During “Big Trouble” — as Hunt’s team falls prey to a catastrophic mission in Prague — Elfman undermines the typical connotations of confidence in a trumpet voluntary. He upends the lone-hero motif as a bit of brassy bravado; as fast as Hunt can run, he can only arrive at prime vantage points to watch his colleagues picked off one by one. Burbling timpani and skittering-scorpion auxiliary percussion add to the sense of inescapable dread, like Hunt’s heartbeat aggravated into arrhythmia. Elfman holds the tether with the faintest instrumentation before a car explosion segues into a full-blown, fog-thickened tragedy.
Later, in “Mole Hunt” — as IMF director Kittredge puts the squeeze on Hunt, whom he believes sold out his team — Elfman addresses the accusations like an ascending scale of anxieties for a man still reeling from seeing his colleagues slaughtered. And through dynamics and sound alone in “Biblical Revelation,” Elfman suggests Hunt is hallucinating the reappearance of his supposedly dead mentor, Jim Phelps. These darker passages feel like a variation of Hunt’s vitals, from amplified anxiety to the comforts of certainty he derives amid so much deception.
It’s all the more impressively oppressive given the playfulness of other passages. As director Brian De Palma does with the film itself, Elfman nails the delicate balancing act.
When it comes to Hunt’s nigh-magical acts of spycraft, Elfman puts the presti in his prestidigitation. Accompanying the film’s prologue, “Sleeping Beauty” opens with a martial, percussive momentum. It’s a deceptively hefty introduction, yielding to trilling flutes, jaunty cello and plucked bass (the latter for just a bit of that bottom-end heft Elfman brought to his band, Oingo Boingo). Castanets conjure the fast finger-work of a grifter lifting and pinching, only here it’s the question of the reality we see — blooming into full heroic flourish once Hunt commits his first of the series’ many mask-pulls. Before “Big Trouble” brings the carnage, “Red Handed” rolls off rollicking roundelays amid the typically cheery chatter on back-channel communications. Although the film’s centerpiece CIA robbery sequence unfolds largely in silence, “The Heist” is an emotional pump-primer for the clenched teeth and clapped hands it commands. And when the hammering triplets hit for a swoop in on a bullet train during “Train Time,” it’s simply electric.

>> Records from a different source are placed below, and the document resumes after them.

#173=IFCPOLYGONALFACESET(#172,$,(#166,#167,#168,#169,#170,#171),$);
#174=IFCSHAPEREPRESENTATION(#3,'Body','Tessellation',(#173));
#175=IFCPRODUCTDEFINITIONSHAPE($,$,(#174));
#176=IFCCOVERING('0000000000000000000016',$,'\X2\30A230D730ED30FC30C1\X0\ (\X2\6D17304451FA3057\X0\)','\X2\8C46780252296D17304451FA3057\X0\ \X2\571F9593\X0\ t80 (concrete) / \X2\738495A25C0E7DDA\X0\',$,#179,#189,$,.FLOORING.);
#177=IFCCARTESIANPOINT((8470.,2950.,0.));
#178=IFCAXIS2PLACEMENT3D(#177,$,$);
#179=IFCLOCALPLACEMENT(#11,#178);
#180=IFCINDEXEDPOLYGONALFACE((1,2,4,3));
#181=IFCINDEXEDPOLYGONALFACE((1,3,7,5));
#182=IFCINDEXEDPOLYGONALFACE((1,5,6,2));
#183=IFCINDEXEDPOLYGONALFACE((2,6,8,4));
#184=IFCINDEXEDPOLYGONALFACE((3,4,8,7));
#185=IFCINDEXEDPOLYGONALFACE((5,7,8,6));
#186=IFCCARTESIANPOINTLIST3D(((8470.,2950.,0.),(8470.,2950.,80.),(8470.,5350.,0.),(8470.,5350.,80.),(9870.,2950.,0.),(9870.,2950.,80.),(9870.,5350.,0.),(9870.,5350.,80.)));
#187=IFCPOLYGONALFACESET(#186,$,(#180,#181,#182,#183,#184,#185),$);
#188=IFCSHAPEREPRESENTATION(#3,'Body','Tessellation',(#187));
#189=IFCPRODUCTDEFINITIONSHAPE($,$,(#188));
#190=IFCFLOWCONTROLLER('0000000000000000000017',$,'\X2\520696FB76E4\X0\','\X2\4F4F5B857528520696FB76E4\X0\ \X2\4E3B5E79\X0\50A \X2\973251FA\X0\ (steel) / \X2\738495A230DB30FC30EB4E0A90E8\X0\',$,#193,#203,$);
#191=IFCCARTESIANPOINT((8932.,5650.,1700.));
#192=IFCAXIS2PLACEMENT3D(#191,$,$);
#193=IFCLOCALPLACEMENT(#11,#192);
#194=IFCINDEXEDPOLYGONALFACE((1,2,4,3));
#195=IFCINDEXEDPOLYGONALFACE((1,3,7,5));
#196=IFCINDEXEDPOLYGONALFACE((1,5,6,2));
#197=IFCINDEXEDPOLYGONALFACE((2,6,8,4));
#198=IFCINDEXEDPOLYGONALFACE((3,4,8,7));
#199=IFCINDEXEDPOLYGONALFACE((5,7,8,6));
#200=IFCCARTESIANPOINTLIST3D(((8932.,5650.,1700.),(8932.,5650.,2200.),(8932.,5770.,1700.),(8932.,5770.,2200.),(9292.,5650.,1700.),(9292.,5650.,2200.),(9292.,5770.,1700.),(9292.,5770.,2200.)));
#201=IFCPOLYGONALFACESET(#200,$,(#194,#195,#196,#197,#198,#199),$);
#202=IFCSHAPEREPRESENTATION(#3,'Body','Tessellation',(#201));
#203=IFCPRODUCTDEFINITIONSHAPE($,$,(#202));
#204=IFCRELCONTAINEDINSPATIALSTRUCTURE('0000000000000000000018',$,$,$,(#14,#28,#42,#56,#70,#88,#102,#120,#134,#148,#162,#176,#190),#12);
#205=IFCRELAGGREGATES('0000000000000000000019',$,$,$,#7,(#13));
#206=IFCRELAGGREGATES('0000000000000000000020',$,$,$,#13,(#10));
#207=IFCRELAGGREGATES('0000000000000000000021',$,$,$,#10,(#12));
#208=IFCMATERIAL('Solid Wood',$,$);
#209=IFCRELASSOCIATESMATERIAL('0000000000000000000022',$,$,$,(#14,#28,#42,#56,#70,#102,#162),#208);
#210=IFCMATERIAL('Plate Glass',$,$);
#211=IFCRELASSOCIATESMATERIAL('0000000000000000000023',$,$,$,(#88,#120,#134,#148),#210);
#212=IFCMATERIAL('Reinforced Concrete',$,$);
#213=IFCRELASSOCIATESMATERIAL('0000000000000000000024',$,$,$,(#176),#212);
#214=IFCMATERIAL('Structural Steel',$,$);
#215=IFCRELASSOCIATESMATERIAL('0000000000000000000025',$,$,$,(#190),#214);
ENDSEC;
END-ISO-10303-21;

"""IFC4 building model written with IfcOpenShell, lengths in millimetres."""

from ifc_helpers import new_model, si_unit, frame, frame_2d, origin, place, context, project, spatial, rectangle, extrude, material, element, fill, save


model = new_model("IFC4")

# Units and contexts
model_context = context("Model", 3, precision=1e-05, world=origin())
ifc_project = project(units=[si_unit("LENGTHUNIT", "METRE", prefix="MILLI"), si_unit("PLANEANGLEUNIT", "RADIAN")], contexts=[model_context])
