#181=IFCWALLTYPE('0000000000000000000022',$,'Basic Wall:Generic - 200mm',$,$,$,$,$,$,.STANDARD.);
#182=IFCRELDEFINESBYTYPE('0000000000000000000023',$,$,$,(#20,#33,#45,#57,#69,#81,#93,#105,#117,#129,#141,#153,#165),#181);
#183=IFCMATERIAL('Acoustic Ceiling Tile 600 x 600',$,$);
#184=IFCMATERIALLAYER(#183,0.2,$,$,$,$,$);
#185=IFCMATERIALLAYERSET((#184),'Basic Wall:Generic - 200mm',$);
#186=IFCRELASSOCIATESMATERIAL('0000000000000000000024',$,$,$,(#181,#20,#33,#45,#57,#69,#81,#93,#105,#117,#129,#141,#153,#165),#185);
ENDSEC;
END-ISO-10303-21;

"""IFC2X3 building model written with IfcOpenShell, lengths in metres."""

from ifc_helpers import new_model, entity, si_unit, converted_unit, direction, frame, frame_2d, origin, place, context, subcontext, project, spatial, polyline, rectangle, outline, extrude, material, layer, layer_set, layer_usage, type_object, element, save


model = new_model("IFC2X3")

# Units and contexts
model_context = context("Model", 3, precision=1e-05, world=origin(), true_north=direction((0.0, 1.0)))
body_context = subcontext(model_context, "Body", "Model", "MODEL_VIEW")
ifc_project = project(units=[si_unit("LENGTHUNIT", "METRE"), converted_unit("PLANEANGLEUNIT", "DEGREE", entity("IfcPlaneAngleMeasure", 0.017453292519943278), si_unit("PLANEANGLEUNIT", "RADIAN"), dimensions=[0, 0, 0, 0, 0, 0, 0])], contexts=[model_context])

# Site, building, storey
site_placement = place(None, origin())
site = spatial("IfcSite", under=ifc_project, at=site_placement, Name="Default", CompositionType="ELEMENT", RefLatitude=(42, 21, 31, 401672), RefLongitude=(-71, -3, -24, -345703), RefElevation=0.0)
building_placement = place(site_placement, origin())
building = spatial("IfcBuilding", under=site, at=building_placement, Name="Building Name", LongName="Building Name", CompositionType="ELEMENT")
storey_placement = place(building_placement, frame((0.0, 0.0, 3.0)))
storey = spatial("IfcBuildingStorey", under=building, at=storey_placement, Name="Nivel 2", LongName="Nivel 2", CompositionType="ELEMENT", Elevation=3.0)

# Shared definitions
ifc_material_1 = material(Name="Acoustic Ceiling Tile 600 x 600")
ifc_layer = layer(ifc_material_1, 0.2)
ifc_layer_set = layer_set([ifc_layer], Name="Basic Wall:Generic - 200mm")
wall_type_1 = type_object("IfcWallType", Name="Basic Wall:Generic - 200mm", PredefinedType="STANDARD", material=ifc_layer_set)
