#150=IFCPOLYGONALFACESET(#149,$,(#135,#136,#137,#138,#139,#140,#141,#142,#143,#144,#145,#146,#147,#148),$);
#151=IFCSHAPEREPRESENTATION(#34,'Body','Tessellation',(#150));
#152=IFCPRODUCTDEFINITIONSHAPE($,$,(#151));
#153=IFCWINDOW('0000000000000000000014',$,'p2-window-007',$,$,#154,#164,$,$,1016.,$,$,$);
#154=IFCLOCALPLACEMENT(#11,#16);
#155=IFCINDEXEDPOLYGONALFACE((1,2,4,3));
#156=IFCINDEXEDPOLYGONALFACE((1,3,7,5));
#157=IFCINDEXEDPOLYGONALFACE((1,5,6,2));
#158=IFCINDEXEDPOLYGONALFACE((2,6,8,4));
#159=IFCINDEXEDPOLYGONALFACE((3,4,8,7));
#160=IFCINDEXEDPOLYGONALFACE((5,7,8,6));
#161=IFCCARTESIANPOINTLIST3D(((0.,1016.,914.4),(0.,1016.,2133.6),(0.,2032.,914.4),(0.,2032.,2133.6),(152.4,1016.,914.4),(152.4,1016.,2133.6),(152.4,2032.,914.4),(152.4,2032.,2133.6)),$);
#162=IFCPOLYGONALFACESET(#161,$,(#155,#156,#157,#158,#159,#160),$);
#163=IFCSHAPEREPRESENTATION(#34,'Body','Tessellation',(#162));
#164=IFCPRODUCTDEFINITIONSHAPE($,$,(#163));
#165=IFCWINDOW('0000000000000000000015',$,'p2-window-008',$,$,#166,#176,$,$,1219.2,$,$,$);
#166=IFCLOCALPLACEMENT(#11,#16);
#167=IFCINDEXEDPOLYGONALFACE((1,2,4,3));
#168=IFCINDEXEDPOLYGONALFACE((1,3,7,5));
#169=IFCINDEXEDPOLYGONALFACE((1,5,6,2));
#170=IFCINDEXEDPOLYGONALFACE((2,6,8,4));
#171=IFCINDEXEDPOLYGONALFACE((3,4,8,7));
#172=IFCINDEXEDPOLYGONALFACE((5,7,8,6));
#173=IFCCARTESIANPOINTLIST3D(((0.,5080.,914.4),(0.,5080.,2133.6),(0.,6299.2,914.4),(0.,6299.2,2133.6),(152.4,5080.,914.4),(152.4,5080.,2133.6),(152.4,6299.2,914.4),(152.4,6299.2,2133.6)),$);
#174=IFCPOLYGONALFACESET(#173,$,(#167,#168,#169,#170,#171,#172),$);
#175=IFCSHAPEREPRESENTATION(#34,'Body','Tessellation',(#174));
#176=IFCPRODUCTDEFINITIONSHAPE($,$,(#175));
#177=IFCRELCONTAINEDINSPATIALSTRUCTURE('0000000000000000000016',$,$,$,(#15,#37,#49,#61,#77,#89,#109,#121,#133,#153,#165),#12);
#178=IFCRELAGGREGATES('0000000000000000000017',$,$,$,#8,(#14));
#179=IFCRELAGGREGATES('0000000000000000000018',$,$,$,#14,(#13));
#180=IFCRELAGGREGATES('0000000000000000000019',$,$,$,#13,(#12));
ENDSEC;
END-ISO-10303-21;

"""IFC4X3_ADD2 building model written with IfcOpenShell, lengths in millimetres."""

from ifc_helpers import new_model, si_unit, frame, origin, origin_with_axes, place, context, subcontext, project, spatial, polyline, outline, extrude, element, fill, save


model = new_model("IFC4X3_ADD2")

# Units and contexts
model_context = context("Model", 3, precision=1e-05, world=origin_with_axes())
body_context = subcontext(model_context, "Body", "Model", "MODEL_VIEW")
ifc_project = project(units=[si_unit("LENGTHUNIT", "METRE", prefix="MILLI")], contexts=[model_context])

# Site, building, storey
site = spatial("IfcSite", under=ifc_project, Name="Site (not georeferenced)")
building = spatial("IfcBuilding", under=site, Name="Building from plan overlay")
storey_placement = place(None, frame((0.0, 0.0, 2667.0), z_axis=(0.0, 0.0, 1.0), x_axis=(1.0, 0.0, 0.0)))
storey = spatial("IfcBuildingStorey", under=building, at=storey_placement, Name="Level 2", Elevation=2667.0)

Elfman is also judicious with Lalo Schifrin’s iconic but indispensable theme he did not compose — deploying it only for the opening credits, the establishing card for the CIA headquarters and the climax of the furious helicopter-versus-train finish. Even in that latter moment, Elfman’s own “Zoom B” first erupts into a major key as Hunt leaps onto a helicopter skid — a sonic sunburst through the clouds and a full, unfettered act of derring-do as Hunt takes down the bad guys with an homage to his fallen friends. Elfman’s nuanced handling of the staccato-earworm theme only renders its techno-fied end-credits treatment by U2’s Adam Clayton and Larry Mullen, Jr. more conventional.
In ways unexpectedly delightful and delightfully unexpected, Elfman becomes a compositional conspirator alongside the hero we cheer. It’s a mission we’re glad he chose to accept.